(Dataset entries)
◆ ◆ ◆ ◆

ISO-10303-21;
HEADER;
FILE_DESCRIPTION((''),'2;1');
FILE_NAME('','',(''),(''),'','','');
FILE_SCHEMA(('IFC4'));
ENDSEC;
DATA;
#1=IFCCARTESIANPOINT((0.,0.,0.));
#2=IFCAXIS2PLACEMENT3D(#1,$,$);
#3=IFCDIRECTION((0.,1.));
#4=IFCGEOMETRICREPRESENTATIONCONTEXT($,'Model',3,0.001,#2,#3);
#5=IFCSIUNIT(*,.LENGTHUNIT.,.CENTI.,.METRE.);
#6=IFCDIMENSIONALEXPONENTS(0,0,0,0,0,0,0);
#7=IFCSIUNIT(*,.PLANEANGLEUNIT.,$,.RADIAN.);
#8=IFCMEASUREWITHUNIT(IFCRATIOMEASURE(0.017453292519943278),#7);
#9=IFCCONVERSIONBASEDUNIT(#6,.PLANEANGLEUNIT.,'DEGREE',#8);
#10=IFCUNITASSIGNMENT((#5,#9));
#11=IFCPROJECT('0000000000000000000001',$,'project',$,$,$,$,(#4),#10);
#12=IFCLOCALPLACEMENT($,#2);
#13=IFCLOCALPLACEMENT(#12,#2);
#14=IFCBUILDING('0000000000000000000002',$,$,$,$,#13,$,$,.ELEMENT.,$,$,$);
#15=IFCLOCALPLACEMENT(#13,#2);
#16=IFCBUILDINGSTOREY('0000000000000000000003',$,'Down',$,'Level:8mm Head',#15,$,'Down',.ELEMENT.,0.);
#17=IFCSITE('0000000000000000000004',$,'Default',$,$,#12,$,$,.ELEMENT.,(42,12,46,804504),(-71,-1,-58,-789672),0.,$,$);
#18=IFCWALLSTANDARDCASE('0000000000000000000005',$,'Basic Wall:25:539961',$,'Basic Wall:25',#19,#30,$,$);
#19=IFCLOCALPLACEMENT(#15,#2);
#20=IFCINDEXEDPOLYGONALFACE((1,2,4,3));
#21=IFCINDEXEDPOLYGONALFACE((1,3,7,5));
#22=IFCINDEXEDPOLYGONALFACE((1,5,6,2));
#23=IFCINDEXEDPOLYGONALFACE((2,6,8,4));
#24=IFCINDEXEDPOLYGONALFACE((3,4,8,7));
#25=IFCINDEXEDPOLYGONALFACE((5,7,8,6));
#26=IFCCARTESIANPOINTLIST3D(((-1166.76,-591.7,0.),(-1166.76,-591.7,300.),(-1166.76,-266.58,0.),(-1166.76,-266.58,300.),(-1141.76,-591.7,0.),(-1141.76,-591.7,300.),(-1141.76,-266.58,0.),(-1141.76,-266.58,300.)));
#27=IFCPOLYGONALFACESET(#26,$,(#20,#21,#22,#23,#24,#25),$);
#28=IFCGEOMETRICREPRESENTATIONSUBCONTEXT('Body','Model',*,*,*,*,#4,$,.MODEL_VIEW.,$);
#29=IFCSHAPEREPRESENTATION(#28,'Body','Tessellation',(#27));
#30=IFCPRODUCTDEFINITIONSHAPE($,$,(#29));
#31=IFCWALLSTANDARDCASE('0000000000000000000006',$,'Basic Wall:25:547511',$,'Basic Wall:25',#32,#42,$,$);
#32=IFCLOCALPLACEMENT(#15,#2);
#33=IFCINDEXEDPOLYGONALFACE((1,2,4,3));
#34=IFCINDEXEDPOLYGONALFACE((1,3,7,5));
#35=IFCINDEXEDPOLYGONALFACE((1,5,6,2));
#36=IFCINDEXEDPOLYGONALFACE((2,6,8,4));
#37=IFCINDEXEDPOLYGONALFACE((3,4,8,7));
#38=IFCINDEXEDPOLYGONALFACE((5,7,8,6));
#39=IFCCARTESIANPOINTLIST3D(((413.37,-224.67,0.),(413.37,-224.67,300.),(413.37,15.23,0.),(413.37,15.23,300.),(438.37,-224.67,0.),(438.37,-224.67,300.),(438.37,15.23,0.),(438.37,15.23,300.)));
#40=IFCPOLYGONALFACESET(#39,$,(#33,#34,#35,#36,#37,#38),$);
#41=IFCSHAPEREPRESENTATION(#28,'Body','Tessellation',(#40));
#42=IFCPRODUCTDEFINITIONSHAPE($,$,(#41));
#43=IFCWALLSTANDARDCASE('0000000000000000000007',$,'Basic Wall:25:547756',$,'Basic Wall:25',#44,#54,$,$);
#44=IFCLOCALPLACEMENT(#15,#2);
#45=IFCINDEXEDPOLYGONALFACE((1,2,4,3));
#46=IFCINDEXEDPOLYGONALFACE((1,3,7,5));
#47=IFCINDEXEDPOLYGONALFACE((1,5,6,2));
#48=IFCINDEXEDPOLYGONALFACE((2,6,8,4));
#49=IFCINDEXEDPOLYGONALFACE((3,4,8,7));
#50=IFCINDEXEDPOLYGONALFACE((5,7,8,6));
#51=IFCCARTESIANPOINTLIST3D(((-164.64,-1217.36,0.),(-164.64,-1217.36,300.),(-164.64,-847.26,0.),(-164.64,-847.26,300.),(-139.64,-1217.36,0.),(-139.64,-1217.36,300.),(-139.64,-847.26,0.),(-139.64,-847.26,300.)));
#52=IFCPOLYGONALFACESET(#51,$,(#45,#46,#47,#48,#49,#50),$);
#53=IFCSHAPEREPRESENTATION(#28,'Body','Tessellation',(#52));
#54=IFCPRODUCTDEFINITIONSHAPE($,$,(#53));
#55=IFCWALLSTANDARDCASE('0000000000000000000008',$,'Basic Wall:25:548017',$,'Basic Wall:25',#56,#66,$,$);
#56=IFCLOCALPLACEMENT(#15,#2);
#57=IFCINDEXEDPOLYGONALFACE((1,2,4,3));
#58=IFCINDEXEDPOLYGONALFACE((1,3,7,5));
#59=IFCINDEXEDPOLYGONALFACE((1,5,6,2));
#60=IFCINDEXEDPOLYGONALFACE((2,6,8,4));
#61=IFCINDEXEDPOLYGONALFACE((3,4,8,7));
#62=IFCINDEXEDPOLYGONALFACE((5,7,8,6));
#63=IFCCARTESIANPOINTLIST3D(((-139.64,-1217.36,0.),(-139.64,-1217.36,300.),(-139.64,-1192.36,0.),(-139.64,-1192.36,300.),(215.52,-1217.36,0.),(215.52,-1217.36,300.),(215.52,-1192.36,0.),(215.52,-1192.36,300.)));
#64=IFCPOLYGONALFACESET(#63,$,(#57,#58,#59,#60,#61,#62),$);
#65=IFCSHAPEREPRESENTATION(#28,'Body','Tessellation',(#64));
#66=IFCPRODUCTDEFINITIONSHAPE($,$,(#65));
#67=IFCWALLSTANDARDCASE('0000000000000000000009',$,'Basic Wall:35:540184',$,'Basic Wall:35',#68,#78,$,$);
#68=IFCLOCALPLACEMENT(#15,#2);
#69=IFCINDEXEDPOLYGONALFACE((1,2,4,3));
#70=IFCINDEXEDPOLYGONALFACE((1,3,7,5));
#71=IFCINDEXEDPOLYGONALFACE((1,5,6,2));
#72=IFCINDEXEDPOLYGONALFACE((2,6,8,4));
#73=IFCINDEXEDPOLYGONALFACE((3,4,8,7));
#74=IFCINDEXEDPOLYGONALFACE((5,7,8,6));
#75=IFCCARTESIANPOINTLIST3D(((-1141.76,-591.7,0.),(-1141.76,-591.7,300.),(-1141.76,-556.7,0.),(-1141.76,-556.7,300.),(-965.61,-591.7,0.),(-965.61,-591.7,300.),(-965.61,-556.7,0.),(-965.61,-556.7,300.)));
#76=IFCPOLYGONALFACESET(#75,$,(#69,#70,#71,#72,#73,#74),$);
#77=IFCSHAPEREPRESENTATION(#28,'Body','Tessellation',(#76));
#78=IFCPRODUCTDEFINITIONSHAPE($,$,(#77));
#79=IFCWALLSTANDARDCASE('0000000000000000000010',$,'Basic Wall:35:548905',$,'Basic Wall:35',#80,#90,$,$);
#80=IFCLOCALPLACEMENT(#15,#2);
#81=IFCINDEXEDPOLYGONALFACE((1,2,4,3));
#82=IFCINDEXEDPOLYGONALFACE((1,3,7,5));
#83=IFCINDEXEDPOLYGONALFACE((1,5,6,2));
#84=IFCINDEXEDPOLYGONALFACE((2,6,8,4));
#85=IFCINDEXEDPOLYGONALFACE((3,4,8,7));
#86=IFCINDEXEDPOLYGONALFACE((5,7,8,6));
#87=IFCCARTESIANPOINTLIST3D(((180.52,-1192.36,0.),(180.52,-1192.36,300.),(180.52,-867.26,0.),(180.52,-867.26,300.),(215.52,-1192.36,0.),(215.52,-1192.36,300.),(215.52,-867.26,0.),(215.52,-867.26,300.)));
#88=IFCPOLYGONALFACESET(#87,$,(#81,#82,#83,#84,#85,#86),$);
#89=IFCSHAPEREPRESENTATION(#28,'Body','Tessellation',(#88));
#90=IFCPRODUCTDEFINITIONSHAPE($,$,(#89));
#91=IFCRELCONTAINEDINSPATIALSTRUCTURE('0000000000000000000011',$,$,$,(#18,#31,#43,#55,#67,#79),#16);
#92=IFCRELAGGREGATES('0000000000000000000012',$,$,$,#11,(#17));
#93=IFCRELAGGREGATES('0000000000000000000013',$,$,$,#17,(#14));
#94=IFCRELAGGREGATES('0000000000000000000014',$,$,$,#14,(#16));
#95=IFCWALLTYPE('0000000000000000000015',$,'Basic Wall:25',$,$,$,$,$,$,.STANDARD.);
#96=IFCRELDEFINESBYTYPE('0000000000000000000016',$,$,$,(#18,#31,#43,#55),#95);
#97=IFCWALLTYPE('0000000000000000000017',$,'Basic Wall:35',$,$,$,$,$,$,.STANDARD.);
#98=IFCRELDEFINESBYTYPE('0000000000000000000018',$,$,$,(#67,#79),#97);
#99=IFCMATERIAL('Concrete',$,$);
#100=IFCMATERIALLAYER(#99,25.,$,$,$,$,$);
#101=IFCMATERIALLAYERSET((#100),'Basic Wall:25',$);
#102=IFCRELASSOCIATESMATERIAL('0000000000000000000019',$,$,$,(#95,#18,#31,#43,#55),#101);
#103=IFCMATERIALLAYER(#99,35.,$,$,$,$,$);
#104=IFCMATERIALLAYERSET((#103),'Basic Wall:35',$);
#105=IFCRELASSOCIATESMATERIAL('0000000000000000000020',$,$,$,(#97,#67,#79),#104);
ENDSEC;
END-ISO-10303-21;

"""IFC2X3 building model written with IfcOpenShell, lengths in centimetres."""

from ifc_helpers import new_model, entity, si_unit, converted_unit, direction, frame, frame_2d, origin, place, context, subcontext, project, spatial, rectangle, extrude, material, layer, layer_set, layer_usage, type_object, element, save


model = new_model("IFC2X3")

# Units and contexts
model_context = context("Model", 3, precision=0.001, world=origin(), true_north=direction((0.0, 1.0)))
body_context = subcontext(model_context, "Body", "Model", "MODEL_VIEW")
ifc_project = project(units=[si_unit("LENGTHUNIT", "METRE", prefix="CENTI"), converted_unit("PLANEANGLEUNIT", "DEGREE", entity("IfcRatioMeasure", 0.017453292519943278), si_unit("PLANEANGLEUNIT", "RADIAN"), dimensions=[0, 0, 0, 0, 0, 0, 0])], contexts=[model_context])

# Site, building, storey
site_placement = place(None, origin())
site = spatial("IfcSite", under=ifc_project, at=site_placement, Name="Default", CompositionType="ELEMENT", RefLatitude=(42, 12, 46, 804504), RefLongitude=(-71, -1, -58, -789672), RefElevation=0.0)
building_placement = place(site_placement, origin())
building = spatial("IfcBuilding", under=site, at=building_placement, CompositionType="ELEMENT")
storey_placement = place(building_placement, origin())
storey = spatial("IfcBuildingStorey", under=building, at=storey_placement, Name="Down", ObjectType="Level:8mm Head", LongName="Down", CompositionType="ELEMENT", Elevation=0.0)

# Shared definitions
ifc_material = material(Name="Concrete")

# Walls
ifc_layer_1 = layer(ifc_material, 25.0)
ifc_layer_set_1 = layer_set([ifc_layer_1], Name="Basic Wall:25")
ifc_layer_usage_1 = layer_usage(ifc_layer_set_1, "AXIS2", "POSITIVE", -12.5)
wall_type_1 = type_object("IfcWallType", Name="Basic Wall:25", PredefinedType="STANDARD", material=ifc_layer_set_1)
wall_1_placement = place(storey_placement, frame((-1154.26, -266.58, 0.0), z_axis=(0.0, 0.0, 1.0), x_axis=(0.0, -1.0, 0.0)))
element("IfcWallStandardCase", 1, at=wall_1_placement, inside=storey, type_object=wall_type_1, material=ifc_layer_usage_1, Name="Basic Wall:25:539961", ObjectType="Basic Wall:25", context=body_context, shape_type="SweptSolid", body=[
    extrude(rectangle(XDim=325.12, YDim=25.0, at=frame_2d((162.56, 0.0), x_axis=(-1.0, 0.0))), origin(), (0.0, 0.0, 1.0), 300.0),
])
ifc_layer_usage_2 = layer_usage(ifc_layer_set_1, "AXIS2", "POSITIVE", -12.5)
wall_2_placement = place(storey_placement, frame((425.87, -224.67, 0.0), z_axis=(0.0, 0.0, 1.0), x_axis=(0.0, 1.0, 0.0)))
element("IfcWallStandardCase", 2, at=wall_2_placement, inside=storey, type_object=wall_type_1, material=ifc_layer_usage_2, Name="Basic Wall:25:547511", ObjectType="Basic Wall:25", context=body_context, shape_type="SweptSolid", body=[
    extrude(rectangle(XDim=239.91, YDim=25.0, at=frame_2d((119.95, 0.0), x_axis=(-1.0, 0.0))), origin(), (0.0, 0.0, 1.0), 300.0),
])
ifc_layer_usage_3 = layer_usage(ifc_layer_set_1, "AXIS2", "POSITIVE", -12.5)
wall_3_placement = place(storey_placement, frame((-152.14, -847.26, 0.0), z_axis=(0.0, 0.0, 1.0), x_axis=(0.0, -1.0, 0.0)))
element("IfcWallStandardCase", 3, at=wall_3_placement, inside=storey, type_object=wall_type_1, material=ifc_layer_usage_3, Name="Basic Wall:25:547756", ObjectType="Basic Wall:25", context=body_context, shape_type="SweptSolid", body=[
    extrude(rectangle(XDim=370.1, YDim=25.0, at=frame_2d((185.05, 0.0), x_axis=(-1.0, 0.0))), origin(), (0.0, 0.0, 1.0), 300.0),
])
ifc_layer_usage_4 = layer_usage(ifc_layer_set_1, "AXIS2", "POSITIVE", -12.5)
wall_4_placement = place(storey_placement, frame((-139.64, -1204.86, 0.0)))
element("IfcWallStandardCase", 4, at=wall_4_placement, inside=storey, type_object=wall_type_1, material=ifc_layer_usage_4, Name="Basic Wall:25:548017", ObjectType="Basic Wall:25", context=body_context, shape_type="SweptSolid", body=[
    extrude(rectangle(XDim=355.16, YDim=25.0, at=frame_2d((177.58, 0.0), x_axis=(-1.0, 0.0))), origin(), (0.0, 0.0, 1.0), 300.0),
])
ifc_layer_2 = layer(ifc_material, 35.0)
ifc_layer_set_2 = layer_set([ifc_layer_2], Name="Basic Wall:35")
ifc_layer_usage_5 = layer_usage(ifc_layer_set_2, "AXIS2", "POSITIVE", -17.5)
wall_type_2 = type_object("IfcWallType", Name="Basic Wall:35", PredefinedType="STANDARD", material=ifc_layer_set_2)
wall_5_placement = place(storey_placement, frame((-1141.76, -574.2, 0.0)))
element("IfcWallStandardCase", 5, at=wall_5_placement, inside=storey, type_object=wall_type_2, material=ifc_layer_usage_5, Name="Basic Wall:35:540184", ObjectType="Basic Wall:35", context=body_context, shape_type="SweptSolid", body=[
    extrude(rectangle(XDim=176.14, YDim=35.0, at=frame_2d((88.07, 0.0), x_axis=(-1.0, 0.0))), origin(), (0.0, 0.0, 1.0), 300.0),
])
ifc_layer_usage_6 = layer_usage(ifc_layer_set_2, "AXIS2", "NEGATIVE", 17.5)
wall_6_placement = place(storey_placement, frame((198.02, -867.26, 0.0), z_axis=(0.0, 0.0, 1.0), x_axis=(0.0, -1.0, 0.0)))
element("IfcWallStandardCase", 6, at=wall_6_placement, inside=storey, type_object=wall_type_2, material=ifc_layer_usage_6, Name="Basic Wall:35:548905", ObjectType="Basic Wall:35", context=body_context, shape_type="SweptSolid", body=[
    extrude(rectangle(XDim=325.1, YDim=35.0, at=frame_2d((162.55, 0.0), x_axis=(-1.0, 0.0))), origin(), (0.0, 0.0, 1.0), 300.0),
])

save(model, "model.ifc")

◆ ◆ ◆ ◆

**WHAT YOU HAVE TO DO**
The output should be exactly the lines above from the line containing "#40=IFCPOLYGONALFACESET(#39,$,(#33,#34,#35,#36,#37,#38),$);" to the line containing "#42=IFCPRODUCTDEFINITIONSHAPE($,$,(#41));", inclusive, with no other lines.

**OUTPUT OF THE EXERCISE**
#40=IFCPOLYGONALFACESET(#39,$,(#33,#34,#35,#36,#37,#38),$);
#41=IFCSHAPEREPRESENTATION(#28,'Body','Tessellation',(#40));
#42=IFCPRODUCTDEFINITIONSHAPE($,$,(#41));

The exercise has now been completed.